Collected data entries
_ _ _ _ _

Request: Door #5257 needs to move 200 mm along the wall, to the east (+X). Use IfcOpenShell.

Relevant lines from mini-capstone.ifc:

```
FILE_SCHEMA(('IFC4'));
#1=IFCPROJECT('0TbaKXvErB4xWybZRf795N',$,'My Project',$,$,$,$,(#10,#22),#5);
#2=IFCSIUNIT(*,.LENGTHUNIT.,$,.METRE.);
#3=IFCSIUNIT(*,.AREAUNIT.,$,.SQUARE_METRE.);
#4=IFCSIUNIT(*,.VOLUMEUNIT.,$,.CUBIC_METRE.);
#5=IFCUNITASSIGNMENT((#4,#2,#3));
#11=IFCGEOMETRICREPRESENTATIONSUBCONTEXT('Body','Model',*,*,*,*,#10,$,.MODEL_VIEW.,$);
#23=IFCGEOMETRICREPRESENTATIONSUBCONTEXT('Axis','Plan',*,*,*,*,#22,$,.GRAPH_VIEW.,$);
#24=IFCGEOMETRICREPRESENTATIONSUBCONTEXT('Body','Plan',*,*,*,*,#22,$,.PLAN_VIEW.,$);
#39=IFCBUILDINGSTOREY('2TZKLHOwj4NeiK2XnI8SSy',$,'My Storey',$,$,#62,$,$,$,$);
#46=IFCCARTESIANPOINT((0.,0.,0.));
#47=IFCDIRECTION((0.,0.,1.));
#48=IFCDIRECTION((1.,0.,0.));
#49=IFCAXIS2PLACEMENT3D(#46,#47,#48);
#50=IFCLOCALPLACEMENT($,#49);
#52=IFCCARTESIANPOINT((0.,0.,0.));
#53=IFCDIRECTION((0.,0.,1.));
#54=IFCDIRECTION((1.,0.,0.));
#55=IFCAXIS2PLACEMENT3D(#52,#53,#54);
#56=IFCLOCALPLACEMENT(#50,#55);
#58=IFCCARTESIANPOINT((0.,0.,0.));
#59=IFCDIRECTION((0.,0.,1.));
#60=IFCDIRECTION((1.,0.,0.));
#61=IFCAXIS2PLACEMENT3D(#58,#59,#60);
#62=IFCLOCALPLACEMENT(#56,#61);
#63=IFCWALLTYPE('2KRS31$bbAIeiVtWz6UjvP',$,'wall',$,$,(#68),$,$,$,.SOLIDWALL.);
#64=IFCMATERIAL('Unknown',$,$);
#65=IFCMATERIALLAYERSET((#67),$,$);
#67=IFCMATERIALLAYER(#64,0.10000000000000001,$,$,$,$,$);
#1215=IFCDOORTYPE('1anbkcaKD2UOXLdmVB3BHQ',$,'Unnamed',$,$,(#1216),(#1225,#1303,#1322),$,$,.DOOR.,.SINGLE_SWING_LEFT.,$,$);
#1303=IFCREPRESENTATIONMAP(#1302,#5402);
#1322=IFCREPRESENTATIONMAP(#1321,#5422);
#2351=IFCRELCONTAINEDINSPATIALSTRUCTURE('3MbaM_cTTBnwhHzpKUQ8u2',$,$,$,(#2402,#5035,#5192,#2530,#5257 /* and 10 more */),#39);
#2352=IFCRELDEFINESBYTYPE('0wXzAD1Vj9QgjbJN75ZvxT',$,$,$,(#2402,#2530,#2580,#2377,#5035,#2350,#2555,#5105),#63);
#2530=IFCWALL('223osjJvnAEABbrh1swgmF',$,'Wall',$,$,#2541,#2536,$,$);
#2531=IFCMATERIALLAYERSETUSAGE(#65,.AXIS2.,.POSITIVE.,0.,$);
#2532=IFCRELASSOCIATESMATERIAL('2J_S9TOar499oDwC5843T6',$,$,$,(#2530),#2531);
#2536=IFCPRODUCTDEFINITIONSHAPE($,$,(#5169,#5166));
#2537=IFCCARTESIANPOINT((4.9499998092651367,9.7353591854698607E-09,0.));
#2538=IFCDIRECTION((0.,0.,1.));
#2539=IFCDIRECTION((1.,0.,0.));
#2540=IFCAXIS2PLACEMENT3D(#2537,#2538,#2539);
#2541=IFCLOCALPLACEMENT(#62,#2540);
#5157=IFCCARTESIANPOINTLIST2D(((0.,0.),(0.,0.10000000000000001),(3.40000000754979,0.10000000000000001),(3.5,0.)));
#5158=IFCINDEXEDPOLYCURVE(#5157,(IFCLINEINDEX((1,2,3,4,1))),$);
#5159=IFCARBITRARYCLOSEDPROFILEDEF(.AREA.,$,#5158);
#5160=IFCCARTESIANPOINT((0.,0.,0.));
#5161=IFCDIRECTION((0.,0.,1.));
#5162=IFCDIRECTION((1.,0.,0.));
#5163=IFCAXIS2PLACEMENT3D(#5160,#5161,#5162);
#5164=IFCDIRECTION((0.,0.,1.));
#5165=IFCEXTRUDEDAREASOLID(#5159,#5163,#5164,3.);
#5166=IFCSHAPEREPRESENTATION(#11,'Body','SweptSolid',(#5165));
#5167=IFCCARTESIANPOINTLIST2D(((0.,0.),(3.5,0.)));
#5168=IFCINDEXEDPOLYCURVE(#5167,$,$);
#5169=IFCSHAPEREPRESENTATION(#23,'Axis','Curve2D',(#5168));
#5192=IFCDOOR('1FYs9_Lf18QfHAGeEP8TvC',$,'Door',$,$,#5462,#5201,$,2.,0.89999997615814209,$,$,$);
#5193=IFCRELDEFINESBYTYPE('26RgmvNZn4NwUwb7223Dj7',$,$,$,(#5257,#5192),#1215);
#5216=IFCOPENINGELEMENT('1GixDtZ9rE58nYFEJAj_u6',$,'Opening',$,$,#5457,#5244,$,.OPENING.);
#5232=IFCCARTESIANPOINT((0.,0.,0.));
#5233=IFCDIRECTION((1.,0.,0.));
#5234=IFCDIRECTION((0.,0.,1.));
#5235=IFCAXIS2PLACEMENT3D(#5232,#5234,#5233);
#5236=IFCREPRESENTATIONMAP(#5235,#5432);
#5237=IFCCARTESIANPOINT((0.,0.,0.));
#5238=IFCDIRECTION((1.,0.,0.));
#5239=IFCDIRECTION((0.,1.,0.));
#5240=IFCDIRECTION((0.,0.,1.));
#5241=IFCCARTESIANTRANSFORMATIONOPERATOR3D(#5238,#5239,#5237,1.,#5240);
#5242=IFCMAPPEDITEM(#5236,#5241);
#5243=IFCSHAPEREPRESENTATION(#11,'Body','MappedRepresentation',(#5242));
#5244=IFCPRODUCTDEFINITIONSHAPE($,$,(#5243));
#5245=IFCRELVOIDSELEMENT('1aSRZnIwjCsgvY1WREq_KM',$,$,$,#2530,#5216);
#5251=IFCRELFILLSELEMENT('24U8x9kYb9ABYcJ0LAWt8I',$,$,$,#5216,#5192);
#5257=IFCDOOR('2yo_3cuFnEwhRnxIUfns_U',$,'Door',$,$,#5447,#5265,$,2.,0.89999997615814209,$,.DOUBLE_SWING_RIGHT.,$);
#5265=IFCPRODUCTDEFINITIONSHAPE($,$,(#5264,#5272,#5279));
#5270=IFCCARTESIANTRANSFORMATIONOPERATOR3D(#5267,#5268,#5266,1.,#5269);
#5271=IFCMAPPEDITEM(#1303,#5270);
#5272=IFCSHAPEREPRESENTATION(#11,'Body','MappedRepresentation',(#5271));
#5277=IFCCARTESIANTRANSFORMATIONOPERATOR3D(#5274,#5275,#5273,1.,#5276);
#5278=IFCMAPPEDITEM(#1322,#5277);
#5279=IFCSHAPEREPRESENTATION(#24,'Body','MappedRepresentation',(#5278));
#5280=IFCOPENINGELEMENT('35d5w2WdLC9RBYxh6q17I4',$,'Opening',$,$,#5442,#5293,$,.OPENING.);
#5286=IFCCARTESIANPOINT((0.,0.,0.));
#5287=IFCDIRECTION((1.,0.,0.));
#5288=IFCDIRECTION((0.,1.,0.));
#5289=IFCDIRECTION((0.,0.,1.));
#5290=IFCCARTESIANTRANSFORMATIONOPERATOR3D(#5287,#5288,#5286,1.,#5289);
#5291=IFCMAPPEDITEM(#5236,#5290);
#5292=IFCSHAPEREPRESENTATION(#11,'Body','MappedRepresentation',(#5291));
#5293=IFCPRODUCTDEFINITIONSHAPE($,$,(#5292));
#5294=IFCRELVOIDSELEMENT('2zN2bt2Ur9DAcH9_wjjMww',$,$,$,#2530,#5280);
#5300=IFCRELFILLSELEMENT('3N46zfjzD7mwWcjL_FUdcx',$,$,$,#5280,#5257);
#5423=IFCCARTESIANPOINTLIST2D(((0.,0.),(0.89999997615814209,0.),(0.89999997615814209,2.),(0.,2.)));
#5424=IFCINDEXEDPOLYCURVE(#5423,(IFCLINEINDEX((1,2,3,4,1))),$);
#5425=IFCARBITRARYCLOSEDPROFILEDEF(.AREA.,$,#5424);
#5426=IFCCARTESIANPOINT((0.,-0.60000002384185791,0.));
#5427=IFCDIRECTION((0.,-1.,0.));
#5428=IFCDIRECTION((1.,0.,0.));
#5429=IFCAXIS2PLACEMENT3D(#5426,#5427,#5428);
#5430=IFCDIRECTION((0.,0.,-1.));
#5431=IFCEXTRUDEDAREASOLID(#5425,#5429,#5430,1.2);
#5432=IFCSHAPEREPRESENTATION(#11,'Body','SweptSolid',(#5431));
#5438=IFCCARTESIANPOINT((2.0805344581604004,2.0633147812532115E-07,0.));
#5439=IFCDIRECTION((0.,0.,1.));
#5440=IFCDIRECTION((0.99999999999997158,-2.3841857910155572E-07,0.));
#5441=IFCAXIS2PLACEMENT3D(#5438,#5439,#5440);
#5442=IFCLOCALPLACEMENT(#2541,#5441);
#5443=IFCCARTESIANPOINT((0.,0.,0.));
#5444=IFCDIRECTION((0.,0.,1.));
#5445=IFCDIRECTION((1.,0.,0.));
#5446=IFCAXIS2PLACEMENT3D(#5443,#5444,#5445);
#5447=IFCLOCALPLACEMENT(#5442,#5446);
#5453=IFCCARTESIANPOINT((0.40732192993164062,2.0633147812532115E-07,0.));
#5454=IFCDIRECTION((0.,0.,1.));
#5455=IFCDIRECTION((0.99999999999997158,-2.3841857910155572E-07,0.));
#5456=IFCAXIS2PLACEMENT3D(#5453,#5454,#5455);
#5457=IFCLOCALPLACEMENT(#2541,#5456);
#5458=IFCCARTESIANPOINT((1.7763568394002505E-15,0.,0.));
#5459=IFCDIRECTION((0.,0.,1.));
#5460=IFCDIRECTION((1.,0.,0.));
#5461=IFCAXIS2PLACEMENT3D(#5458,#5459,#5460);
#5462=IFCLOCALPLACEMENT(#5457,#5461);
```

```python
import ifcopenshell
import ifcopenshell.api.geometry
import ifcopenshell.util.placement

model = ifcopenshell.open("mini-capstone.ifc")

door = model.by_guid("2yo_3cuFnEwhRnxIUfns_U")
opening = door.FillsVoids[0].RelatingOpeningElement
wall = opening.VoidsElements[0].RelatingBuildingElement

wall_matrix = ifcopenshell.util.placement.get_local_placement(wall.ObjectPlacement)
shift = wall_matrix[:3, 0] * 0.2
before = ifcopenshell.util.placement.get_local_placement(door.ObjectPlacement)[:3, 3].copy()

# The door is placed relative to its opening, so it follows when the opening moves.
matrix = ifcopenshell.util.placement.get_local_placement(opening.ObjectPlacement)
matrix[:3, 3] += shift
ifcopenshell.api.geometry.edit_object_placement(
    model, product=opening, matrix=matrix, is_si=False, should_transform_children=True
)

after = ifcopenshell.util.placement.get_local_placement(door.ObjectPlacement)[:3, 3]
print("door moved by", (after - before).round(3) + 0.0)

model.write("mini-capstone_edited.ifc")
```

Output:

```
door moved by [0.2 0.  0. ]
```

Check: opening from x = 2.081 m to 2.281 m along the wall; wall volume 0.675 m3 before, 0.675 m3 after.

_ _ _ _ _

_TASK DETAILS:_
Return all lines in the data that include the word "IFCINDEXEDPOLYCURVE".

_TASK SOLUTION:_
#5158=IFCINDEXEDPOLYCURVE(#5157,(IFCLINEINDEX((1,2,3,4,1))),$);
#5168=IFCINDEXEDPOLYCURVE(#5167,$,$);
#5424=IFCINDEXEDPOLYCURVE(#5423,(IFCLINEINDEX((1,2,3,4,1))),$);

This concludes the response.